**Task brief**
Search the entries below for the string "IFCINDEXEDPOLYCURVE" and copy the lines that hold it.

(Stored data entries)
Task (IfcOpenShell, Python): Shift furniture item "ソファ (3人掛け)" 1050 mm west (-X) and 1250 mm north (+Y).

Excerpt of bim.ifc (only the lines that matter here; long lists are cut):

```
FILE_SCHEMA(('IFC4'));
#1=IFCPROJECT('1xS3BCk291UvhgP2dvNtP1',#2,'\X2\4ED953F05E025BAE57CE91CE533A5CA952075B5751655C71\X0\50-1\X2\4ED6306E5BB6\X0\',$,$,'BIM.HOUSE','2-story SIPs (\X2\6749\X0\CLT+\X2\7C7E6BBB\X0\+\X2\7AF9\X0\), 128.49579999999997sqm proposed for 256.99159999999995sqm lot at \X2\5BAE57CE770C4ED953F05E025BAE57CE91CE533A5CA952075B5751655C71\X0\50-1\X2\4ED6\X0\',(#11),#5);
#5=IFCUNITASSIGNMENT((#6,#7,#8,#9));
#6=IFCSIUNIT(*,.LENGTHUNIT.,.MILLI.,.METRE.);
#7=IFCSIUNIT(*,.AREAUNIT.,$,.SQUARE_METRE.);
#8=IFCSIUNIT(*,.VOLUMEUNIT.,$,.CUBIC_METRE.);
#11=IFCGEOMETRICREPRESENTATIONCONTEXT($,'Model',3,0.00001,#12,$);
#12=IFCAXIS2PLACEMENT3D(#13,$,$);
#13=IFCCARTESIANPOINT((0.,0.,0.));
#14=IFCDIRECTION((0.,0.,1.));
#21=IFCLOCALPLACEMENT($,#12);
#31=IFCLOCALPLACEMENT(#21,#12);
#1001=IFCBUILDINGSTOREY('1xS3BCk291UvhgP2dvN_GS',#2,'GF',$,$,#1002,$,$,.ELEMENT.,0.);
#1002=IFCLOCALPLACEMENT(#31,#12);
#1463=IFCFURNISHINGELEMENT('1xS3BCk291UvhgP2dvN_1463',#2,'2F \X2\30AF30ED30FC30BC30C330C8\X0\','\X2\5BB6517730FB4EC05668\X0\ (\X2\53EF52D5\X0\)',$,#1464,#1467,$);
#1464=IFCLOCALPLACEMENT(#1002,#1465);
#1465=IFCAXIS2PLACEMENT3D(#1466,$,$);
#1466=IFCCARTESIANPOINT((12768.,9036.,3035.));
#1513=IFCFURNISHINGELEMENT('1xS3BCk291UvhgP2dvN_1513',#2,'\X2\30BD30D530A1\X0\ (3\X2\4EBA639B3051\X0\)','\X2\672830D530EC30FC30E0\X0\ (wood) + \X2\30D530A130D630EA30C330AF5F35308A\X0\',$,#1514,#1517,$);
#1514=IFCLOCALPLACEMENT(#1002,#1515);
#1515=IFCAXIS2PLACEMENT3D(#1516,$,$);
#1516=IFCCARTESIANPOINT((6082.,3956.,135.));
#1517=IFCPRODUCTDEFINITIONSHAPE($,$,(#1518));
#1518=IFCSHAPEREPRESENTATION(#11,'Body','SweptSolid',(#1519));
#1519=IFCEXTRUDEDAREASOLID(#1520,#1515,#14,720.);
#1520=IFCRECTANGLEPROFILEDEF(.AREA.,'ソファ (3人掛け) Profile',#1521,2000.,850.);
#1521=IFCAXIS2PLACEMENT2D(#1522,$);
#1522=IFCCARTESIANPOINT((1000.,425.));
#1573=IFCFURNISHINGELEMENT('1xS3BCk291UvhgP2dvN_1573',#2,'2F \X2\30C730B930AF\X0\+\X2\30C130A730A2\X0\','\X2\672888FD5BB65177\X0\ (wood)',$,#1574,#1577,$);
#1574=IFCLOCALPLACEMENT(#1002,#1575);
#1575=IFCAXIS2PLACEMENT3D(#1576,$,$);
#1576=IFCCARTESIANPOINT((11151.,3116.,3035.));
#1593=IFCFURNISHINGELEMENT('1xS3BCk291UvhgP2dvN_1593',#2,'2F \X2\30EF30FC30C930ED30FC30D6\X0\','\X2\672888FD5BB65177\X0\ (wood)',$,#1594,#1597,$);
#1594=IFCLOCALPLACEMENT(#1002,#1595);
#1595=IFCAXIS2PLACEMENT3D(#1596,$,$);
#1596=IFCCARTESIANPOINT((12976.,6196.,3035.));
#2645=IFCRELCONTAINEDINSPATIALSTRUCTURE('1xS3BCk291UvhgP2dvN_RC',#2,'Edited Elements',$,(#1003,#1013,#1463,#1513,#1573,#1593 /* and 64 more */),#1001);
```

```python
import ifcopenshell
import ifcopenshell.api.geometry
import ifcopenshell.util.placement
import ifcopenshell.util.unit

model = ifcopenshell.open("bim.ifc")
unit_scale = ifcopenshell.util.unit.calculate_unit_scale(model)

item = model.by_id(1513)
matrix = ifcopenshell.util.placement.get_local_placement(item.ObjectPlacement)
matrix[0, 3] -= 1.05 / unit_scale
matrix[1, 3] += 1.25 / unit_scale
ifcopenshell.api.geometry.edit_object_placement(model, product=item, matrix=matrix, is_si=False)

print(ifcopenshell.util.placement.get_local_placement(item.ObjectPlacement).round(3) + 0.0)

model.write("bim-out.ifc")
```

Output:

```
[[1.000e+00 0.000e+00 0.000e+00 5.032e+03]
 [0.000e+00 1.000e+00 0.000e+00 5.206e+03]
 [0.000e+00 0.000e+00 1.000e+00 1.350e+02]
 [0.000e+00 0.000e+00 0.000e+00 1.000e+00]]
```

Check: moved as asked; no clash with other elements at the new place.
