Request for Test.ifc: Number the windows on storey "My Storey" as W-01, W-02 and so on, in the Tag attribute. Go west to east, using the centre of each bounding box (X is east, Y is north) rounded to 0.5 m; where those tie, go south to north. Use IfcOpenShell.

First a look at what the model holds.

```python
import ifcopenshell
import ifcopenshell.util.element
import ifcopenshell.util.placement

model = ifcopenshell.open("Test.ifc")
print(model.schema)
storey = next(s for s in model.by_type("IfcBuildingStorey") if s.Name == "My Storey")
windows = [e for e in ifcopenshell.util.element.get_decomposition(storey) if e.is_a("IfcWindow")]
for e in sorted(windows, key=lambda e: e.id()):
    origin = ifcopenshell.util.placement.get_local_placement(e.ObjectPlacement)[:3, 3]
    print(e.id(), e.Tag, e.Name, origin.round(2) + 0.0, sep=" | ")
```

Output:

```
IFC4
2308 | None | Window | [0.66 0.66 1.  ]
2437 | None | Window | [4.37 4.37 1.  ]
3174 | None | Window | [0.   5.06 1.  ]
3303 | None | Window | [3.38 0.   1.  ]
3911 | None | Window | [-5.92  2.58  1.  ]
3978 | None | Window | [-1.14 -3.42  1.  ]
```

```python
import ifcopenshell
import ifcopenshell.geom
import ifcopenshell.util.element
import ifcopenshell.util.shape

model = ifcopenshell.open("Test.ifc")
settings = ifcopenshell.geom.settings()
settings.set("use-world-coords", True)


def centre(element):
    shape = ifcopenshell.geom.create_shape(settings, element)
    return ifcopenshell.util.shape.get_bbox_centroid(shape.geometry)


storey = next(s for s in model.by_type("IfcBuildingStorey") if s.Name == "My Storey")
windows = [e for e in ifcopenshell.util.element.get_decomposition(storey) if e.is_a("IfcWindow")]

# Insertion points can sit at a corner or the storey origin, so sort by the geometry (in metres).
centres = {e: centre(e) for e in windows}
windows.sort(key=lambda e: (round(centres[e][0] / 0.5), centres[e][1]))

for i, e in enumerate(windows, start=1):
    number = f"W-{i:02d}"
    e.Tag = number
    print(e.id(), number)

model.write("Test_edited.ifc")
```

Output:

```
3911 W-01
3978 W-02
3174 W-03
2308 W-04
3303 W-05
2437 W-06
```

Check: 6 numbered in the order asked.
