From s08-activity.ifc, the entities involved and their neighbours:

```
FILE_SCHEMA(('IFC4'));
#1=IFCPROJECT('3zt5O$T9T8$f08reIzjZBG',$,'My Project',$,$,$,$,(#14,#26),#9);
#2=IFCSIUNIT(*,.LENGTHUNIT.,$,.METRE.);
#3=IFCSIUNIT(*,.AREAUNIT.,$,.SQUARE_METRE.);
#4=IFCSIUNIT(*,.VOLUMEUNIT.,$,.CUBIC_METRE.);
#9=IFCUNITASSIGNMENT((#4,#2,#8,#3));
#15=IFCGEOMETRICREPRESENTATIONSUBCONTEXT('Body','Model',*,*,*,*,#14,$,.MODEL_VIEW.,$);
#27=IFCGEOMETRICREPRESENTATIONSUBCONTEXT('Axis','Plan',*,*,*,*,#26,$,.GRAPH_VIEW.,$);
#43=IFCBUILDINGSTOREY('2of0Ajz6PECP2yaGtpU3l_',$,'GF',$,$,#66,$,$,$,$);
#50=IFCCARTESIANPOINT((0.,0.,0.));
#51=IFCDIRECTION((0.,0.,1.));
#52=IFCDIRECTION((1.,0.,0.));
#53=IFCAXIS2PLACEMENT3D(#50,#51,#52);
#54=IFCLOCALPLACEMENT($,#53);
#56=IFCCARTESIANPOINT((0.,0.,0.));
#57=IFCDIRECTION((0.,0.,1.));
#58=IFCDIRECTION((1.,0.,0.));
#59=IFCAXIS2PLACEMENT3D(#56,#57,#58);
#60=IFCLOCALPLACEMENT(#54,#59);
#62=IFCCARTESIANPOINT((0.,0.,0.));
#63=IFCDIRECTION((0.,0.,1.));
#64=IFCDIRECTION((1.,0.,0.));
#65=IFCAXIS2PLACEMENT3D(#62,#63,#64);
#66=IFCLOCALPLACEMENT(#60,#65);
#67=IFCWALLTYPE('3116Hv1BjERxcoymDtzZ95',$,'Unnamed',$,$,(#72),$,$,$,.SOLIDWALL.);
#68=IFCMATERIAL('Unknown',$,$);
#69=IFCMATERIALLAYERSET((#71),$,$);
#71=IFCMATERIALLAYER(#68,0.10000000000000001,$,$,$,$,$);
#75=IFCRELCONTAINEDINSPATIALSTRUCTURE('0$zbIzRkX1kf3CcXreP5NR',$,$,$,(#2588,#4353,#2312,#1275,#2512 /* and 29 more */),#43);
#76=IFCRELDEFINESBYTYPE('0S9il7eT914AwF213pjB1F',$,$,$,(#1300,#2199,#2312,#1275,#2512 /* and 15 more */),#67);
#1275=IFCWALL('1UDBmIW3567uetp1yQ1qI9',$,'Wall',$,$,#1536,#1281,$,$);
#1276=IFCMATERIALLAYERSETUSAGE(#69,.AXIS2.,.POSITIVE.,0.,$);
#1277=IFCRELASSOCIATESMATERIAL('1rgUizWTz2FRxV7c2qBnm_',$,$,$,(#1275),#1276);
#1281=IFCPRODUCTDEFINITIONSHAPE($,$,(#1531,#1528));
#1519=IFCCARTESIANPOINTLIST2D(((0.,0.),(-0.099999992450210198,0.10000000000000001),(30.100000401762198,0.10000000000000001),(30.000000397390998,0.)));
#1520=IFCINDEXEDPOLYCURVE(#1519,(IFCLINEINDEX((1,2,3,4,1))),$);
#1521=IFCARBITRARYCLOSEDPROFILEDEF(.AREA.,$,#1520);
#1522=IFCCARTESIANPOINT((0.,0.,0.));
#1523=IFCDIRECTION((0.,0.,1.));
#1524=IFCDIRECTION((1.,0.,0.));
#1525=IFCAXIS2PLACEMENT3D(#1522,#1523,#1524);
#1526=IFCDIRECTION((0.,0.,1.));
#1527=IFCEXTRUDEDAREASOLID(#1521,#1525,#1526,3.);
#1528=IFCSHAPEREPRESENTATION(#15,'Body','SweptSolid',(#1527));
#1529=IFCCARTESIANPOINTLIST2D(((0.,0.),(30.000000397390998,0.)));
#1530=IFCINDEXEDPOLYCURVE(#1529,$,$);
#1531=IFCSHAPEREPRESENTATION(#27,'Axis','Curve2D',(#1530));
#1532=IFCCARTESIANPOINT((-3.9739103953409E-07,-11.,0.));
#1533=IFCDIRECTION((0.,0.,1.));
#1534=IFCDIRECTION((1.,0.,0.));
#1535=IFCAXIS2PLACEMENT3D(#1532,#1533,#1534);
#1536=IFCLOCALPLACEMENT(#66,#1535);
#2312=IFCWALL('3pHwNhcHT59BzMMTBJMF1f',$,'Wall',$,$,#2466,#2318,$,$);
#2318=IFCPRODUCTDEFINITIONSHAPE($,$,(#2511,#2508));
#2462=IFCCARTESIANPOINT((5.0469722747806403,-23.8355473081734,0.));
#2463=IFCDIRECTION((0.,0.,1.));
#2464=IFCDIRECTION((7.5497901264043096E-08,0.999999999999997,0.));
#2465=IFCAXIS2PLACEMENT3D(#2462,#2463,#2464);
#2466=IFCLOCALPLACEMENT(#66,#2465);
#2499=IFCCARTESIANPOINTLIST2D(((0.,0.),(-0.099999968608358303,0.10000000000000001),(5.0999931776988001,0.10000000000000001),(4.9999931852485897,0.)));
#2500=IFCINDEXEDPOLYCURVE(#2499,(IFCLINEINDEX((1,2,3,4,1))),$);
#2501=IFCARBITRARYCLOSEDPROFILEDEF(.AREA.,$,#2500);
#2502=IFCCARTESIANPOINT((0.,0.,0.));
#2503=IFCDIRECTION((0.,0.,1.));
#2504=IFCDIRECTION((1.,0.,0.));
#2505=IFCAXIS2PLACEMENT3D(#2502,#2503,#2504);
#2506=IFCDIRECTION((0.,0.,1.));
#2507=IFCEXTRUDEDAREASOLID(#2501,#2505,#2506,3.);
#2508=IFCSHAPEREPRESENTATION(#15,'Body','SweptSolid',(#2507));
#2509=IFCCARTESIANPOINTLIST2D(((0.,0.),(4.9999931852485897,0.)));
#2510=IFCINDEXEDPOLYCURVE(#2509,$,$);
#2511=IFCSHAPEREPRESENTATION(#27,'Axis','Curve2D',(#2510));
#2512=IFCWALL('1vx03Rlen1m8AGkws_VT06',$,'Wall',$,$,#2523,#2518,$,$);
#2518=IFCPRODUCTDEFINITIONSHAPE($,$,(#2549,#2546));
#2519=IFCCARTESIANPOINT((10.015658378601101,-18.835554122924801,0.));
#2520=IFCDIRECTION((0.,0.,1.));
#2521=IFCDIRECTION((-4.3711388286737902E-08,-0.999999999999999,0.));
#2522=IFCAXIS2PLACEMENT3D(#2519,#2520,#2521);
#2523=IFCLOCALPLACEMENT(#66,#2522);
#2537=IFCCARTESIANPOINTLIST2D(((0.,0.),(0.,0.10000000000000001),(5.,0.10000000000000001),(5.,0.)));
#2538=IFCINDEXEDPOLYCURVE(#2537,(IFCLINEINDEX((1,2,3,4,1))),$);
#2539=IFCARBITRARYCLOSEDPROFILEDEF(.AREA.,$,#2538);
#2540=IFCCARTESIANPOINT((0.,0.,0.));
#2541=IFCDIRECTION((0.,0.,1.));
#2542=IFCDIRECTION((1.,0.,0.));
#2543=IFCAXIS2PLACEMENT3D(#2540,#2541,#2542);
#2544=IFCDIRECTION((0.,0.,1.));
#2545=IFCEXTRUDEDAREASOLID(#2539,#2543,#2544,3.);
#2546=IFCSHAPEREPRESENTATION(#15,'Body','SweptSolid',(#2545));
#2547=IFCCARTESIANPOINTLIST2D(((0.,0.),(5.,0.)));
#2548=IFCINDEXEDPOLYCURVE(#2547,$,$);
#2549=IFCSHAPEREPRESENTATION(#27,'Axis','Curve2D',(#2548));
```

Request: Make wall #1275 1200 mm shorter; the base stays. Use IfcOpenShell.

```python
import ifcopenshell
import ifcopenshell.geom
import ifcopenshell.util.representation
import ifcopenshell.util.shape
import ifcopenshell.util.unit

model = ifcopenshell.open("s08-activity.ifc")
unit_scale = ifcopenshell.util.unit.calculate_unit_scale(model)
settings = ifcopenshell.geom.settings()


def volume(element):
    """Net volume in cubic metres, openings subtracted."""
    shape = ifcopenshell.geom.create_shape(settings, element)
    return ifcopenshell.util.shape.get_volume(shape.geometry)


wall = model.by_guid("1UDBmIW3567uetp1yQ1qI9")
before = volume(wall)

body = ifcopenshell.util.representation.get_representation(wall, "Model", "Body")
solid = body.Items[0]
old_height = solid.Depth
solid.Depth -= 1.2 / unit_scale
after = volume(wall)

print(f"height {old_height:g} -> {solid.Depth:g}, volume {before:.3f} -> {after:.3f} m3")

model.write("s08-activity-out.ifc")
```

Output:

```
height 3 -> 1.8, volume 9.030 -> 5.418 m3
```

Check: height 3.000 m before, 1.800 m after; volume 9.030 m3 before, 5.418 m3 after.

**Solution below**
#1520=IFCINDEXEDPOLYCURVE(#1519,(IFCLINEINDEX((1,2,3,4,1))),$);
#1530=IFCINDEXEDPOLYCURVE(#1529,$,$);
#2500=IFCINDEXEDPOLYCURVE(#2499,(IFCLINEINDEX((1,2,3,4,1))),$);
#2510=IFCINDEXEDPOLYCURVE(#2509,$,$);
#2538=IFCINDEXEDPOLYCURVE(#2537,(IFCLINEINDEX((1,2,3,4,1))),$);
#2548=IFCINDEXEDPOLYCURVE(#2547,$,$);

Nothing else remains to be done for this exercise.